Прилив - Силла Бёрлинд 8 стр.


* * *

Одноглазая Вера посетила футбольный матч. Команда "БК Ситуашун" против реабилитационной клиники района Рогсвед. Матч завершился со счетом 2:0 в пользу "Ситуашун". Оба гола забил Пярт. Этой радости ему хватит надолго.

Возвращаясь, они с Верой и Йелле наслаждались теплой ночью. Матч проходил на поле в парке Танто. Из-за пререканий с судьей и суматохи после матча ушли они оттуда только около одиннадцати. Сейчас время приближалось к половине двенадцатого.

Пярт радовался, он забил два мяча. Вера радовалась, она нашла черный лак в контейнере. Йелле был невесел. Его обычное состояние, поэтому никто не обратил на это внимания. Парочка довольных и один недовольный на пути сквозь ночь.

Вера проголодалась и предложила заглянуть в "Дрэгон Хаус" - китайскую забегаловку около Хорнстулль. Вера только что получила месячное пособие и собиралась угостить своих менее обеспеченных друзей. Но ни черта не вышло. Пярт не отважился войти, а Йелле не любил восточную кухню. В итоге их праздничный обед составили сосиски всевозможных сортов, купленные в уличном бистро. Получив свою увесистую порцию, Пярт заулыбался.

- Будет вкусно.

Потом они побрели дальше вдоль Хурнсгатан.

- Кто-нибудь знает, как дела у Бенсемана?

- Все так же.

Вдруг мимо них протопал мужчина очень маленького роста, без плеч, с лохматым хвостиком и заостренным носом. Семеня ногами, он обратился к Йелле писклявым голосом:

- Здорово! Как жизнь?

- Немного зубы болят.

- Оʼкей. Счастливо!

Маленький мужчина пошел дальше.

- Кто, черт возьми, это был?

Вера смотрела вслед хвостику.

- Хорек, - ответил Йелле.

- Хорек? Кто это?

- Парень из прошлого.

- Бездомный?

- Насколько мне известно, нет. У него есть жилье в районе Щеррторп.

- А ты не можешь там ночевать?

- Нет.

Йелле не собирался оставаться у Хорька. Состоявшийся между ними диалог примерно отражал их отношения на сегодняшний день. Йелле уже знал, что за этим последует.
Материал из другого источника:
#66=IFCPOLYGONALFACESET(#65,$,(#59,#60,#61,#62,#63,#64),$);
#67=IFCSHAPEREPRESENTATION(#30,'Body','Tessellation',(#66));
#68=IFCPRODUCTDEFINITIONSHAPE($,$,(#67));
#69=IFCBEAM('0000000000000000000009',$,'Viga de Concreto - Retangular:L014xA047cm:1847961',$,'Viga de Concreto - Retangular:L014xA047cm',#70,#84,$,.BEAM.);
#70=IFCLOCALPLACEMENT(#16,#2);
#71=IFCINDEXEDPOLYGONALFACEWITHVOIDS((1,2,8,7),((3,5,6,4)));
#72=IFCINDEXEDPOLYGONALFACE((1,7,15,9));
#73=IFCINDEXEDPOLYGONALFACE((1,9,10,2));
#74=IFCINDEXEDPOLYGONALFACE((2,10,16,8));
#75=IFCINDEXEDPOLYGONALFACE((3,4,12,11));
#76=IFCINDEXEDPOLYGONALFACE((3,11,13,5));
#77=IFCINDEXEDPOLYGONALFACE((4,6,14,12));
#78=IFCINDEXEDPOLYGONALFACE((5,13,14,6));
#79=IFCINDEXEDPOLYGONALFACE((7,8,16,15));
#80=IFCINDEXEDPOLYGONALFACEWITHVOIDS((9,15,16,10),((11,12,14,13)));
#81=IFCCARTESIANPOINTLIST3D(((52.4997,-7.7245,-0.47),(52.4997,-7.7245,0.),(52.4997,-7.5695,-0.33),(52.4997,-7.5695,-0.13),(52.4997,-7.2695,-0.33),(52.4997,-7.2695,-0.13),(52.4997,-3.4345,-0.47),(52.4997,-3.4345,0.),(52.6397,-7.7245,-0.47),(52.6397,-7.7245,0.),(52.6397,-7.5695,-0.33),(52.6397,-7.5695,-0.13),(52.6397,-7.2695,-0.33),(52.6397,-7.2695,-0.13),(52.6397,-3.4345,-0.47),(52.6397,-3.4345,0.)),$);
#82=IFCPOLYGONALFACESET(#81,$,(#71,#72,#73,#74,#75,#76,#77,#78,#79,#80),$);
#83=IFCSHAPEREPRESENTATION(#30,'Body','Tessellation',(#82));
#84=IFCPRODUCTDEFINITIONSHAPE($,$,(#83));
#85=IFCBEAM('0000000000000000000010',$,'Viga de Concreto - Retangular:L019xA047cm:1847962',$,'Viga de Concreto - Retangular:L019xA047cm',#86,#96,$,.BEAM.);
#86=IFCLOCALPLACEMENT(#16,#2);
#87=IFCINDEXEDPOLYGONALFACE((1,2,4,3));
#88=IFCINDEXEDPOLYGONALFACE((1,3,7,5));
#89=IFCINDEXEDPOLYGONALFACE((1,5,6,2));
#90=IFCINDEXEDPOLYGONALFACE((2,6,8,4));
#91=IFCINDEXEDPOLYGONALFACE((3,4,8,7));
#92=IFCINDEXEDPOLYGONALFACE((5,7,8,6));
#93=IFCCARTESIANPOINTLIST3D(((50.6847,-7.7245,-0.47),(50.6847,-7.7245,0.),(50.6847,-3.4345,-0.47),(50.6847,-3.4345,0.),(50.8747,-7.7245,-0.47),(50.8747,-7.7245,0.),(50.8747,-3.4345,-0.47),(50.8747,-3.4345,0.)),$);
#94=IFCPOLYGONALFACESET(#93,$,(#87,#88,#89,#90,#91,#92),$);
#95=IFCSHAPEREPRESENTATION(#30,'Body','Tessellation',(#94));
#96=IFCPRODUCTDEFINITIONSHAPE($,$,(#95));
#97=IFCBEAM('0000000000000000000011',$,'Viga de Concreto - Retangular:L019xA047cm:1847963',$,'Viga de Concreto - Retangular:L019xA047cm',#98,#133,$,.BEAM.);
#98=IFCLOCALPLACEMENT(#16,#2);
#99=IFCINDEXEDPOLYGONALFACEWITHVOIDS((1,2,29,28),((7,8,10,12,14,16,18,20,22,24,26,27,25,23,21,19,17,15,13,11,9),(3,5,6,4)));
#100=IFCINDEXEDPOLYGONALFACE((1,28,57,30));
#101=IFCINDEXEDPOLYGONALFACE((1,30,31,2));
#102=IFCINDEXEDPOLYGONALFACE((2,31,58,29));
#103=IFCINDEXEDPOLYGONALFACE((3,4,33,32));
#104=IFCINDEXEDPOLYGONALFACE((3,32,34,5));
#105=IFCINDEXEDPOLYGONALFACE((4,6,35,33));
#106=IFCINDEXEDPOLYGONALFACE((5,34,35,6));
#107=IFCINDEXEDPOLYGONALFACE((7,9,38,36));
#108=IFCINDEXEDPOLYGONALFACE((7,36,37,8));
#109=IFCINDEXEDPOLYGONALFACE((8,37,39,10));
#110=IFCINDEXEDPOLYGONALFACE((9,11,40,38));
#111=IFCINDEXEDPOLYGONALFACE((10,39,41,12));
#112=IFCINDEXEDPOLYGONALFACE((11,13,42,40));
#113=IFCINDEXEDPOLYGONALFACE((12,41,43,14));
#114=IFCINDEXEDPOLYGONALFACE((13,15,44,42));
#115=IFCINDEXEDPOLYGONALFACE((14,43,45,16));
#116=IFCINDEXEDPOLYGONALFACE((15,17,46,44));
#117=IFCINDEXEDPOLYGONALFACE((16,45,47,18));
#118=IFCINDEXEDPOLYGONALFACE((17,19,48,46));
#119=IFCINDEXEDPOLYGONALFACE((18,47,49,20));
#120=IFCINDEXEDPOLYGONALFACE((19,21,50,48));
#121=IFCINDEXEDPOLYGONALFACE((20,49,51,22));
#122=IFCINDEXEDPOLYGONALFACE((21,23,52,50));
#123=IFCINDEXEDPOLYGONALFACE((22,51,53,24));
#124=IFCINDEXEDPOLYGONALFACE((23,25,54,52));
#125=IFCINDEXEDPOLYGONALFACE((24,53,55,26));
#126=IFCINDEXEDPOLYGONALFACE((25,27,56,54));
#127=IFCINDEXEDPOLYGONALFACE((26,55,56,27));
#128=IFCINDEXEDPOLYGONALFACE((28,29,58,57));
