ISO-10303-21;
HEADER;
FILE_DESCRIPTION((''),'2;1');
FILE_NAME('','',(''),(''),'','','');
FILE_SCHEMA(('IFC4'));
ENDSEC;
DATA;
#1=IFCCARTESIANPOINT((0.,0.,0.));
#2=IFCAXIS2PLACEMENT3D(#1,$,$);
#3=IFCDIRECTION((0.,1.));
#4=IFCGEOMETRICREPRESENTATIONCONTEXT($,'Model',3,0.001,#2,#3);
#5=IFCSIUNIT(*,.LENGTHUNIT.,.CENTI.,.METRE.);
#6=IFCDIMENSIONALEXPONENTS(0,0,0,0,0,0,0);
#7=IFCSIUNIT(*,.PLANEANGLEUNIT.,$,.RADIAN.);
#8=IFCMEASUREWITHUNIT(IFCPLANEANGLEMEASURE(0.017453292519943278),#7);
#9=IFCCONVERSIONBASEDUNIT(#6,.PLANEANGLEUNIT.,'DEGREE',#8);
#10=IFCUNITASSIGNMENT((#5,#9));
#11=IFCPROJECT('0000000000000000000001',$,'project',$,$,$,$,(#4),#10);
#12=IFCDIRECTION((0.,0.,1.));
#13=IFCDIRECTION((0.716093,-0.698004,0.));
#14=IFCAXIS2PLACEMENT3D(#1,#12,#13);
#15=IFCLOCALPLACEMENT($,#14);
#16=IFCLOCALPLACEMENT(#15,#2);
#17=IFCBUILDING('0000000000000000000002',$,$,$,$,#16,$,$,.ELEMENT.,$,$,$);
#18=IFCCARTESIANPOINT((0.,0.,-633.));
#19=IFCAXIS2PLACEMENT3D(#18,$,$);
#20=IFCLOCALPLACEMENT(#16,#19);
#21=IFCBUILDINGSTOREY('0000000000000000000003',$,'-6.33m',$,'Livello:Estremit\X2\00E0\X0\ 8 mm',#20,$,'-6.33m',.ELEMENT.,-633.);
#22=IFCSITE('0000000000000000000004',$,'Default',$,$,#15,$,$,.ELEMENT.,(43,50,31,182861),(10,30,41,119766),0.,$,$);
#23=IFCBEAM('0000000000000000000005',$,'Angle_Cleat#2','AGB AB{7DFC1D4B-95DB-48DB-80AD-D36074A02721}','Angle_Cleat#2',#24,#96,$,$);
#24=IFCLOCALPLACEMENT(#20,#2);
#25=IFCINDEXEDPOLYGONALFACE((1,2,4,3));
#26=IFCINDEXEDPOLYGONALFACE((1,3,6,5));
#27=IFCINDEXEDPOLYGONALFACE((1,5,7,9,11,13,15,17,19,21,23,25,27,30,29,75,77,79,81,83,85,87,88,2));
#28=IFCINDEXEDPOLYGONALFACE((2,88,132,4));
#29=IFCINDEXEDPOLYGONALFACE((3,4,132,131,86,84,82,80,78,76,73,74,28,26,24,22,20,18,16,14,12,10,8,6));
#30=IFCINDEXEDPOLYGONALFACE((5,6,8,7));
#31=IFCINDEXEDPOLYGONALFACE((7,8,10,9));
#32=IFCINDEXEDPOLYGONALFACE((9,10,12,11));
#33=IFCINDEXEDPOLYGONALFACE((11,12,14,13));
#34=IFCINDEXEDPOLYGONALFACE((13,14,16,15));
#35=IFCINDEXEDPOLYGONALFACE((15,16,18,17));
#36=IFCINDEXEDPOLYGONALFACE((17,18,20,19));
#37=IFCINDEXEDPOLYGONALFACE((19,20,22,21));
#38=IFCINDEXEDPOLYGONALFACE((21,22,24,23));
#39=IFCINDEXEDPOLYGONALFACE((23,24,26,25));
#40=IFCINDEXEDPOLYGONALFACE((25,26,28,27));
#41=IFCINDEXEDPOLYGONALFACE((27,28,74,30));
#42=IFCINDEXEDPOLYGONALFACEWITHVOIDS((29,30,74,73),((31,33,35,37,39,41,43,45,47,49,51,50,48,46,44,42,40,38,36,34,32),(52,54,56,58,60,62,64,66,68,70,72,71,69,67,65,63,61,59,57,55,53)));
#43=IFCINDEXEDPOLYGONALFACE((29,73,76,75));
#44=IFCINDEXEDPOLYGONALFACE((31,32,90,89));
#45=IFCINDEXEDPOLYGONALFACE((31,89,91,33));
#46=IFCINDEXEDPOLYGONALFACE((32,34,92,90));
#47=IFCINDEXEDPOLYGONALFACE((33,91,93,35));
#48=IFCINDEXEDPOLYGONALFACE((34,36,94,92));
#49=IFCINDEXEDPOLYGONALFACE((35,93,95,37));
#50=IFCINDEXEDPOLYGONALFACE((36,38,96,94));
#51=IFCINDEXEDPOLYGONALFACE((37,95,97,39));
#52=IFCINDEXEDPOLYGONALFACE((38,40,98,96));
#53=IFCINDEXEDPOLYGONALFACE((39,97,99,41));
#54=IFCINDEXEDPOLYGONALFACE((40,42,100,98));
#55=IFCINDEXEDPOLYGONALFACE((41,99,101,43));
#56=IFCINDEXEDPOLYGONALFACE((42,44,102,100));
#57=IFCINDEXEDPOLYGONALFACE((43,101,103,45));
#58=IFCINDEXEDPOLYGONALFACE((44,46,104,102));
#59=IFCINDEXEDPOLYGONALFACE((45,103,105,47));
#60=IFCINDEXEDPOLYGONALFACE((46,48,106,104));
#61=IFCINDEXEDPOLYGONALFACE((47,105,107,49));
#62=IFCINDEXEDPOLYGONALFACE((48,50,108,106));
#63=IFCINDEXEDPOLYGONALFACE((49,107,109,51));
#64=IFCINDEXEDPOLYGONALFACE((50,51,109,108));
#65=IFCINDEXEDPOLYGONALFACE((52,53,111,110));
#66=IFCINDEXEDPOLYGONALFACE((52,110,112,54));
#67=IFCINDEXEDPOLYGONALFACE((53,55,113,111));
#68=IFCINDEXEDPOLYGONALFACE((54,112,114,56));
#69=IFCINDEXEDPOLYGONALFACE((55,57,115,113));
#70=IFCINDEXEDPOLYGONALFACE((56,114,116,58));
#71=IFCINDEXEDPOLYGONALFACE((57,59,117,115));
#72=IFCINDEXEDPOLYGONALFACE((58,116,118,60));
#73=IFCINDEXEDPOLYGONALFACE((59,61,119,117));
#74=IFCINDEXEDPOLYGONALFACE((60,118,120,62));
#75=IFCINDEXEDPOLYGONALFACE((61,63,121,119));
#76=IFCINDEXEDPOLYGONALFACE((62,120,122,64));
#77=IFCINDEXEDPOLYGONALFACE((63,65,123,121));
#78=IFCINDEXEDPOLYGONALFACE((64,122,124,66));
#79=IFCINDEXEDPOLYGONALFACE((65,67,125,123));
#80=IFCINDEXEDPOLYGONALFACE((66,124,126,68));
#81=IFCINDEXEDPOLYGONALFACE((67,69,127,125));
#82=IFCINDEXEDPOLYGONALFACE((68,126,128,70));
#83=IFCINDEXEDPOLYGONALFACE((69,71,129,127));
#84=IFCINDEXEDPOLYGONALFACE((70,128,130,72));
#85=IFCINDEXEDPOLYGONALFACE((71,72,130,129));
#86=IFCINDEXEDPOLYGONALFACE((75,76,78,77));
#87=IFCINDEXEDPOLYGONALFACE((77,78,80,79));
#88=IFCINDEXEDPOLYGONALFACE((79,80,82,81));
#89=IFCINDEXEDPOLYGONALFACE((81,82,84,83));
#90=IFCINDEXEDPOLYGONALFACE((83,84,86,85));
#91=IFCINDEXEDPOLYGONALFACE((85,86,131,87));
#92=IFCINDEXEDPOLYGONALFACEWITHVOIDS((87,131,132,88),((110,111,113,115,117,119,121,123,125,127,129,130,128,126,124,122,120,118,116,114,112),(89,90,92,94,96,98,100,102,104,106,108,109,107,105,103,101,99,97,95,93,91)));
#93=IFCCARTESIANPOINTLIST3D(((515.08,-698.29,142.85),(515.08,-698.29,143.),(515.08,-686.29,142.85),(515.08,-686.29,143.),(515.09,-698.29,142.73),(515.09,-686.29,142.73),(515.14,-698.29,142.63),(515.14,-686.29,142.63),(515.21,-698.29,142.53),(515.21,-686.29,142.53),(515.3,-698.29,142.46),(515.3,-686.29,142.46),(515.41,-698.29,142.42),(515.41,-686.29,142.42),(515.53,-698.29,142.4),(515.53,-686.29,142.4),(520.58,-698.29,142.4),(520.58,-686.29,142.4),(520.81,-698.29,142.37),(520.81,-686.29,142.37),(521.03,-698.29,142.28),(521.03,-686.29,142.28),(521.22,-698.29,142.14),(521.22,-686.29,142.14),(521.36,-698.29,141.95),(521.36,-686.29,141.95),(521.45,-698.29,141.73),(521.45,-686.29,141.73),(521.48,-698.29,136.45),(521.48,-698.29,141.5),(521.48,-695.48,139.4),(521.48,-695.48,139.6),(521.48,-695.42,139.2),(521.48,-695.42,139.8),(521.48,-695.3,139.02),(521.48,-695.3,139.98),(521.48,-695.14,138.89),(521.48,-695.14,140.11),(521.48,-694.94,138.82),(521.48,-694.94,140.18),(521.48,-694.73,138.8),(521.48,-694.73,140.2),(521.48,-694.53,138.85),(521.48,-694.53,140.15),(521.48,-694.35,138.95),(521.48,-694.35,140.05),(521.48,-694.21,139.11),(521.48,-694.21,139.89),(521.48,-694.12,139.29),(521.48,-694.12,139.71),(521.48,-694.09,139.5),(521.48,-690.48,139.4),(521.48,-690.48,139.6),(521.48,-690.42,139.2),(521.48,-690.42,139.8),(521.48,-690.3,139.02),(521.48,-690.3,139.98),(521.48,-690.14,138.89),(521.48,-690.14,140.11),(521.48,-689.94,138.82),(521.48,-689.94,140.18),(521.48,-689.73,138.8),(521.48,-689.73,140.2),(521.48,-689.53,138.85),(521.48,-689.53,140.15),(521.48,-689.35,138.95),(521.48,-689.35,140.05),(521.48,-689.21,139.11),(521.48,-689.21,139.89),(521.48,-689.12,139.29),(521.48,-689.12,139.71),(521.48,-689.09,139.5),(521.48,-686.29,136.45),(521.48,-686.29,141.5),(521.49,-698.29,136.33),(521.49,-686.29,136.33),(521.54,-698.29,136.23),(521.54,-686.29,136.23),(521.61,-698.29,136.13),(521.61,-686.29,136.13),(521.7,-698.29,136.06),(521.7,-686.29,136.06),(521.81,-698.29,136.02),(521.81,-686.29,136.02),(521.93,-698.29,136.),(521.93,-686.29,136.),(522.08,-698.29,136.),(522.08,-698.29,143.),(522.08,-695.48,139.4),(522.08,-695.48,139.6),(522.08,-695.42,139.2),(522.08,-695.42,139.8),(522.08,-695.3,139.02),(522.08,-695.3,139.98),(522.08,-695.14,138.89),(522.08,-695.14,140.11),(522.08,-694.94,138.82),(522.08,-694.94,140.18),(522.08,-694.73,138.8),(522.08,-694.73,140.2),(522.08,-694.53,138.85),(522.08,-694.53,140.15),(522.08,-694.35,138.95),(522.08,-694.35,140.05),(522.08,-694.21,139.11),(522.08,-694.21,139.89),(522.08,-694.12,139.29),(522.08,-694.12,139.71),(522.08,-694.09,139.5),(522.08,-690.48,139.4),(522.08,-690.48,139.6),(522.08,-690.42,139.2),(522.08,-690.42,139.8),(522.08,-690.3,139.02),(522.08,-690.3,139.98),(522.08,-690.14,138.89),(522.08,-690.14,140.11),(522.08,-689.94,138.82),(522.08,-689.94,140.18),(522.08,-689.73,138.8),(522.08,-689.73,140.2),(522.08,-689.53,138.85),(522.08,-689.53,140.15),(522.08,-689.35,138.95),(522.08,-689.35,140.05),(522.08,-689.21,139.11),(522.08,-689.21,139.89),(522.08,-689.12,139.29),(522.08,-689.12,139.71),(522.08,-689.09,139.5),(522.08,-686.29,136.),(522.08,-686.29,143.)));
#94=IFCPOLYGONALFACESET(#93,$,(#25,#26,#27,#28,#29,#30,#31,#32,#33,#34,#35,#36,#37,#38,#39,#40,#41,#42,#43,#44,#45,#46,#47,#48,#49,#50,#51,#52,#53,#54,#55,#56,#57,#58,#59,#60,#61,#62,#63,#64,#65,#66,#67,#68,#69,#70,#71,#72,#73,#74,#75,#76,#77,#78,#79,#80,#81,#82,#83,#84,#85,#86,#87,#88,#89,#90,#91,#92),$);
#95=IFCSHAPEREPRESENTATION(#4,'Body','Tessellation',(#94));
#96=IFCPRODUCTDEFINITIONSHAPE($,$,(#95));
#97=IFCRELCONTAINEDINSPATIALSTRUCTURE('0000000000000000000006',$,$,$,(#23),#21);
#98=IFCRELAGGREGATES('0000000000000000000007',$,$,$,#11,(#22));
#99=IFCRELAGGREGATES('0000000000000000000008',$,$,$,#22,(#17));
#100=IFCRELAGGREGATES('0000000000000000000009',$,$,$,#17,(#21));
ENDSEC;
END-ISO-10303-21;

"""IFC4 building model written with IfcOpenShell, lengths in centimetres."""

from ifc_helpers import new_model, entity, si_unit, converted_unit, direction, frame, frame_2d, origin, place, context, project, spatial, circle, l_section, extrude, element, save


model = new_model("IFC4")

# Units and contexts
model_context = context("Model", 3, precision=0.001, world=origin(), true_north=direction((0.0, 1.0)))
ifc_project = project(units=[si_unit("LENGTHUNIT", "METRE", prefix="CENTI"), converted_unit("PLANEANGLEUNIT", "DEGREE", entity("IfcPlaneAngleMeasure", 0.017453292519943278), si_unit("PLANEANGLEUNIT", "RADIAN"), dimensions=[0, 0, 0, 0, 0, 0, 0])], contexts=[model_context])

# Site, building, storey
site_placement = place(None, frame((0.0, 0.0, 0.0), z_axis=(0.0, 0.0, 1.0), x_axis=(0.716093, -0.698004, 0.0)))
site = spatial("IfcSite", under=ifc_project, at=site_placement, Name="Default", CompositionType="ELEMENT", RefLatitude=(43, 50, 31, 182861), RefLongitude=(10, 30, 41, 119766), RefElevation=0.0)
building_placement = place(site_placement, origin())
building = spatial("IfcBuilding", under=site, at=building_placement, CompositionType="ELEMENT")
storey_placement = place(building_placement, frame((0.0, 0.0, -633.0)))
storey = spatial("IfcBuildingStorey", under=building, at=storey_placement, Name="-6.33m", ObjectType="Livello:Estremità 8 mm", LongName="-6.33m", CompositionType="ELEMENT", Elevation=-633.0)

# Beam, openings
beam_1_placement = place(storey_placement, frame((520.15, -698.29, 141.07), z_axis=(0.0, -1.0, 0.0), x_axis=(-1.0, 0.0, 0.0)))
beam_1 = element("IfcBeam", 1, at=beam_1_placement, inside=storey, Name="Angle_Cleat#2", Description="AGB AB{7DFC1D4B-95DB-48DB-80AD-D36074A02721}", ObjectType="Angle_Cleat#2", context=model_context, shape_type="SweptSolid", body=[
    extrude(l_section(Depth=7.0, Width=7.0, Thickness=0.6, FilletRadius=0.9, EdgeRadius=0.45, at=frame_2d((1.57, 1.57))), origin(), (0.0, 0.0, -1.0), 12.0),
])
opening_1_placement = place(beam_1_placement, frame((-1.28, 1.57, -6.0), z_axis=(-1.0, 0.0, 0.0), x_axis=(0.0, 0.0, -1.0)))
element("IfcOpeningElement", 2, at=opening_1_placement, cuts=beam_1, ObjectType="Opening", context=model_context, shape_type="SweptSolid", body=[
    extrude(circle(Radius=0.7, at=frame_2d((2.5, 0.0), x_axis=(1.0, 0.0))), origin(), (0.0, 0.0, 1.0), 0.7),
])
opening_2_placement = place(beam_1_placement, frame((-1.28, 1.57, -6.0), z_axis=(-1.0, 0.0, 0.0), x_axis=(0.0, 0.0, -1.0)))
element("IfcOpeningElement", 3, at=opening_2_placement, cuts=beam_1, ObjectType="Opening", context=model_context, shape_type="SweptSolid", body=[
    extrude(circle(Radius=0.7, at=frame_2d((-2.5, 0.0), x_axis=(1.0, 0.0))), origin(), (0.0, 0.0, 1.0), 0.7),
])

save(model, "model.ifc")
- Ты можешь завалиться в фургоне, - сказала Вера.

- Знаю. Спасибо.

- Но ты не хочешь?

- Нет.

- И где заночуешь?

- Что-нибудь придумаю.

В последнее время они уже несколько раз вели такие разговоры, Вера и он. Речь шла не о ночевке, оба это знали, а о том, чего Йелле не хотелось. А чтобы не обидеть Веру, проще всего было отказаться. От места в фургоне. И от кое-чего еще. Пока.

* * *

Оливия ворочалась в кровати, лежа в пустом доме. Мерещившиеся от жара сны то появлялись, то исчезали. То она была на берегу у бухты, то в Барселоне. Внезапно девушка почувствовала, как ледяная рука дотрагивается до ее ступни на краю кровати.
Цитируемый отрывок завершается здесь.